=== YOUR OBJECTIVE ===
Whenever a line below includes "MappedRepresentation", add it to the tally, then give the total and nothing more.

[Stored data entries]
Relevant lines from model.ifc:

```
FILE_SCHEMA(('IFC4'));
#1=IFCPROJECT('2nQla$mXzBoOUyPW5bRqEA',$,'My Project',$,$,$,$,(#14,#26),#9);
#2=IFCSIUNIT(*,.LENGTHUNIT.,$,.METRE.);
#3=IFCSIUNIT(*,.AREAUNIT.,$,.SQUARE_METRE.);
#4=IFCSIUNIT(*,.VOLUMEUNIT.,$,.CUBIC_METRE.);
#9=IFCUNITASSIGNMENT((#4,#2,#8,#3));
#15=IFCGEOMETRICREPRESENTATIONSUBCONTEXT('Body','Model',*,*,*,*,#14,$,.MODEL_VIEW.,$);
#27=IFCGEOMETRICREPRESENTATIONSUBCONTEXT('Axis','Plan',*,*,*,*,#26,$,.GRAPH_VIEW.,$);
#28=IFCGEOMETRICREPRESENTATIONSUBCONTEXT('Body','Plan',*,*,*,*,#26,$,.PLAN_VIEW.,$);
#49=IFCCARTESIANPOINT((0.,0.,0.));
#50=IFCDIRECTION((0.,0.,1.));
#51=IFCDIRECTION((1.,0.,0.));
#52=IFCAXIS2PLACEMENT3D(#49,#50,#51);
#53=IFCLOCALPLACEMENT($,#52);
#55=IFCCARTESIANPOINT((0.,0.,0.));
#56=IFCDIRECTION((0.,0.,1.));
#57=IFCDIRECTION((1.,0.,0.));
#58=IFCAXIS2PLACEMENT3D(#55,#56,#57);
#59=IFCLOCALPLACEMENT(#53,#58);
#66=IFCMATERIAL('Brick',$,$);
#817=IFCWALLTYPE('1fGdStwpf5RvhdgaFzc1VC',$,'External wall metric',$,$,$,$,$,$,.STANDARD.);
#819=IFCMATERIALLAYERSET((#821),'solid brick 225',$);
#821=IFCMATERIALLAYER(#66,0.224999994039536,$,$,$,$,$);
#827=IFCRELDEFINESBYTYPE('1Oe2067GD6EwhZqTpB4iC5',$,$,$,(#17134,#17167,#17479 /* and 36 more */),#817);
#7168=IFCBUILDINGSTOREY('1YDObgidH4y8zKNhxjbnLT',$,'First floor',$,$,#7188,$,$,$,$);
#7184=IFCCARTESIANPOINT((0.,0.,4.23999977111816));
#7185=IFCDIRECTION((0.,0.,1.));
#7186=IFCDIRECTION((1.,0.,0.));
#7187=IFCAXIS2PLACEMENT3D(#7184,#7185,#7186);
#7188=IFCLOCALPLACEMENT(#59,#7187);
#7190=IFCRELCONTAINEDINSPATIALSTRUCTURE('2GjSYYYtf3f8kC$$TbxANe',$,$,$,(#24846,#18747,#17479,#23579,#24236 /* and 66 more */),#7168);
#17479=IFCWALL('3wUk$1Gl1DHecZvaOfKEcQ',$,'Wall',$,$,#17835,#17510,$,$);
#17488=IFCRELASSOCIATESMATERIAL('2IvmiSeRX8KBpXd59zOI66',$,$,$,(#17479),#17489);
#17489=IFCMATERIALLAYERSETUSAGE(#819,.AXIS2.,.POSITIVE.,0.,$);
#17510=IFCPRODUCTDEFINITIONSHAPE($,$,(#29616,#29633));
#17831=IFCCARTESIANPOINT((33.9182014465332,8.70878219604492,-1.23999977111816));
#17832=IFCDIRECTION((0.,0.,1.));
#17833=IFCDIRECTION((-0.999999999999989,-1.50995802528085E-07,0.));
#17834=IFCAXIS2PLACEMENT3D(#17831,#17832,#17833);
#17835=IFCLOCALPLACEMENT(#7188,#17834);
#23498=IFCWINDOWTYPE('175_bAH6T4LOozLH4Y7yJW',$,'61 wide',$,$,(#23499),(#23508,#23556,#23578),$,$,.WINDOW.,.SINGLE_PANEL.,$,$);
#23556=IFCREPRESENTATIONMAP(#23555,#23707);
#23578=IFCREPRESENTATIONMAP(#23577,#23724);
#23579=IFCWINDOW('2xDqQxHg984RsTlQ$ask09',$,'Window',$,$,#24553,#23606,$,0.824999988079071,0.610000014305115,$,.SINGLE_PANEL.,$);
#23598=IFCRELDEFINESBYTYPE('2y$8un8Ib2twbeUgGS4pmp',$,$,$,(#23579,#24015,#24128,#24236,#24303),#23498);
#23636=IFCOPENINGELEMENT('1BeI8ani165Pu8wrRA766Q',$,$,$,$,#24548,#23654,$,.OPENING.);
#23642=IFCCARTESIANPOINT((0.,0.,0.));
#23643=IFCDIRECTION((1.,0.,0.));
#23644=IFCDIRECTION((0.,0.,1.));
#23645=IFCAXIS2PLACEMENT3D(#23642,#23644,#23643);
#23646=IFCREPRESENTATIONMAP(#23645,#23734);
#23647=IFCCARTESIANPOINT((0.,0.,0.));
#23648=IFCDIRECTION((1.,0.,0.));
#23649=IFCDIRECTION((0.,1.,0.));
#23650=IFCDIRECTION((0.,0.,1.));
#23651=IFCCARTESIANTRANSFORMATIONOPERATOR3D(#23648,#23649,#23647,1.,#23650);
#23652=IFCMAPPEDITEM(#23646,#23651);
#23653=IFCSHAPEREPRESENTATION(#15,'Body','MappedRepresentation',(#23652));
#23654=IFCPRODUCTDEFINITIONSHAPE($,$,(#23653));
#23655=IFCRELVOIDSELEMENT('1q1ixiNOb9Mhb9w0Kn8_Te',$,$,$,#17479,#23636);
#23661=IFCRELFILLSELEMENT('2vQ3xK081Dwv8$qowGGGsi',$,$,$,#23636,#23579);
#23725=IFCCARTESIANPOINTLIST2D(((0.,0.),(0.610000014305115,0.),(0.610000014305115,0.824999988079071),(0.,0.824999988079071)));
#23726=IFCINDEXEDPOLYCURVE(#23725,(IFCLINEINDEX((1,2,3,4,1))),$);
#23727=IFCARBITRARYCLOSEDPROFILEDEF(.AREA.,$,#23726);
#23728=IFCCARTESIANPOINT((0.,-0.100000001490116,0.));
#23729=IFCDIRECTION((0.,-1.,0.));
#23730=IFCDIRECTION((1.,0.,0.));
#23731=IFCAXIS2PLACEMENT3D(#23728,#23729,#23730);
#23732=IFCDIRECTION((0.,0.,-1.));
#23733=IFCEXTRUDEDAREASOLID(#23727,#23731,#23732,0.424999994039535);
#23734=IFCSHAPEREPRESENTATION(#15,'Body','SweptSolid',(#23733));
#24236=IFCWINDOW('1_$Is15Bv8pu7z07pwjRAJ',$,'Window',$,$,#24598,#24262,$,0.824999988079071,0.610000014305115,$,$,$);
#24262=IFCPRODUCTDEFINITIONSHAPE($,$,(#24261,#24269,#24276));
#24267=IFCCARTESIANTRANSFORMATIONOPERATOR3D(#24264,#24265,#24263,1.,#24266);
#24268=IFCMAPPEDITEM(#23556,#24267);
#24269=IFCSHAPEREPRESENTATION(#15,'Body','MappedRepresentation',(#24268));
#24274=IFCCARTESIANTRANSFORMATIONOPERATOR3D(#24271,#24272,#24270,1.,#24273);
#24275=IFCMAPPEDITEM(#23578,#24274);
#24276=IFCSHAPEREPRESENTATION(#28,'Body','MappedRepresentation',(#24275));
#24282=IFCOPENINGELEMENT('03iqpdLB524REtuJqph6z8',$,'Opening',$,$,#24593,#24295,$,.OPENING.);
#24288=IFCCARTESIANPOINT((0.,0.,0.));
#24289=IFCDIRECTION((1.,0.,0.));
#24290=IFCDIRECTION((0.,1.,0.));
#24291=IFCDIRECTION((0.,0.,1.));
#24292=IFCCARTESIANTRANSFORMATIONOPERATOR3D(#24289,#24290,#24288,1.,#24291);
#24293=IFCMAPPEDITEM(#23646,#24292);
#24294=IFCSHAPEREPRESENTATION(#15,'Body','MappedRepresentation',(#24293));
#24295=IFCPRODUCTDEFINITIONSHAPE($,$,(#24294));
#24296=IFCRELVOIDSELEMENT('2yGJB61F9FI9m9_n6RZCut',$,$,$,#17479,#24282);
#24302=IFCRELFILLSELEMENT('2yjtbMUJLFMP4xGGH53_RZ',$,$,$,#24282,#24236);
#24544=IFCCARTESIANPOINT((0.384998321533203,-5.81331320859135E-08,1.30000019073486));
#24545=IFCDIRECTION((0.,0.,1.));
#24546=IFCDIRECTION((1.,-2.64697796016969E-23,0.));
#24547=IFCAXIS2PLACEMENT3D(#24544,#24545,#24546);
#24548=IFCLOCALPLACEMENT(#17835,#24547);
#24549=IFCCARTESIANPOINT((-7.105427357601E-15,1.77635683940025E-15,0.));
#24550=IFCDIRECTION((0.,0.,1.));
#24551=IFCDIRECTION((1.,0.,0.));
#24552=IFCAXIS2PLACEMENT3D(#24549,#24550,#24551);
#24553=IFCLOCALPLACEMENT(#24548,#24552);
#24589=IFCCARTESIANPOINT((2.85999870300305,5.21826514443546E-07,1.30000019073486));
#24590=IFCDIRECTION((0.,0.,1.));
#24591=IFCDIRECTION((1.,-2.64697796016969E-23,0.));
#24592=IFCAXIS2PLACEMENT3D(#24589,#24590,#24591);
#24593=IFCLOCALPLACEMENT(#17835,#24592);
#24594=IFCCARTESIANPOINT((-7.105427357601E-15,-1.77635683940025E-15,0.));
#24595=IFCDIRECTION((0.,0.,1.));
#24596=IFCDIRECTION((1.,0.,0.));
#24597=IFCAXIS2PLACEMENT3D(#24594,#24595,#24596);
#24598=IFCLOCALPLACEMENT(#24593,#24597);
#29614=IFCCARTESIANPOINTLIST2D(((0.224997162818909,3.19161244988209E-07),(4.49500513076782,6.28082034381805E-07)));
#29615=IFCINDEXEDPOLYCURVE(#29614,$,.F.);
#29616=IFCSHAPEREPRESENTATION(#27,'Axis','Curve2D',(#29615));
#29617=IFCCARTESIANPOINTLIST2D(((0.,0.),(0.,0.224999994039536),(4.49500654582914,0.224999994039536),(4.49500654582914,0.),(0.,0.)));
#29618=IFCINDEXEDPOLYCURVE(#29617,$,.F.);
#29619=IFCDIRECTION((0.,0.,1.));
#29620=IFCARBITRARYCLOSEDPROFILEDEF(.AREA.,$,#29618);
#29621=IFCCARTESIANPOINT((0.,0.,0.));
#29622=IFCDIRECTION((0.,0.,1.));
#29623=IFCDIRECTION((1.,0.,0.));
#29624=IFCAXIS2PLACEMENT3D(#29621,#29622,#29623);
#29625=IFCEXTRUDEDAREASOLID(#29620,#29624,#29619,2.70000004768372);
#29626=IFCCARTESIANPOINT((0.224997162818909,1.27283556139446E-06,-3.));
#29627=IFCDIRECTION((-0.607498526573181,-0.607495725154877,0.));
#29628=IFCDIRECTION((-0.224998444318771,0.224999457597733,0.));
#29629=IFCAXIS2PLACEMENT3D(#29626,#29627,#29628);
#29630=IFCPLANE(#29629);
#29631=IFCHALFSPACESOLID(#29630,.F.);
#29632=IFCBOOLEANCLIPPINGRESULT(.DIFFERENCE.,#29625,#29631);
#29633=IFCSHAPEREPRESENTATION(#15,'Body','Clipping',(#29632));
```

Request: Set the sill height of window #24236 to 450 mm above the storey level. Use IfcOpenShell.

```python
import numpy as np
import ifcopenshell
import ifcopenshell.api.geometry
import ifcopenshell.geom
import ifcopenshell.util.element
import ifcopenshell.util.placement
import ifcopenshell.util.shape
import ifcopenshell.util.unit

model = ifcopenshell.open("model.ifc")
unit_scale = ifcopenshell.util.unit.calculate_unit_scale(model)

window = model.by_guid("1_$Is15Bv8pu7z07pwjRAJ")
opening = window.FillsVoids[0].RelatingOpeningElement
storey = ifcopenshell.util.element.get_container(window, ifc_class="IfcBuildingStorey")
level = ifcopenshell.util.placement.get_local_placement(storey.ObjectPlacement)[2, 3]

# The opening's origin need not be at the sill, so measure its lowest point.
shape = ifcopenshell.geom.create_shape(ifcopenshell.geom.settings(), opening)
bottom = ifcopenshell.util.shape.get_shape_bottom_elevation(shape, shape.geometry) / unit_scale
dz = level + 0.45 / unit_scale - bottom

shift = np.array([0.0, 0.0, dz])
# The window is placed relative to its opening, so it follows when the opening moves.
matrix = ifcopenshell.util.placement.get_local_placement(opening.ObjectPlacement)
matrix[:3, 3] += shift
ifcopenshell.api.geometry.edit_object_placement(
    model, product=opening, matrix=matrix, is_si=False, should_transform_children=True
)

print(f"moved by {dz * unit_scale:+.3f} m")

model.write("model_edited.ifc")
```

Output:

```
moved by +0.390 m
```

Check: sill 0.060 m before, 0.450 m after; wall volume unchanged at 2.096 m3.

=== EXPECTED ANSWER ===
4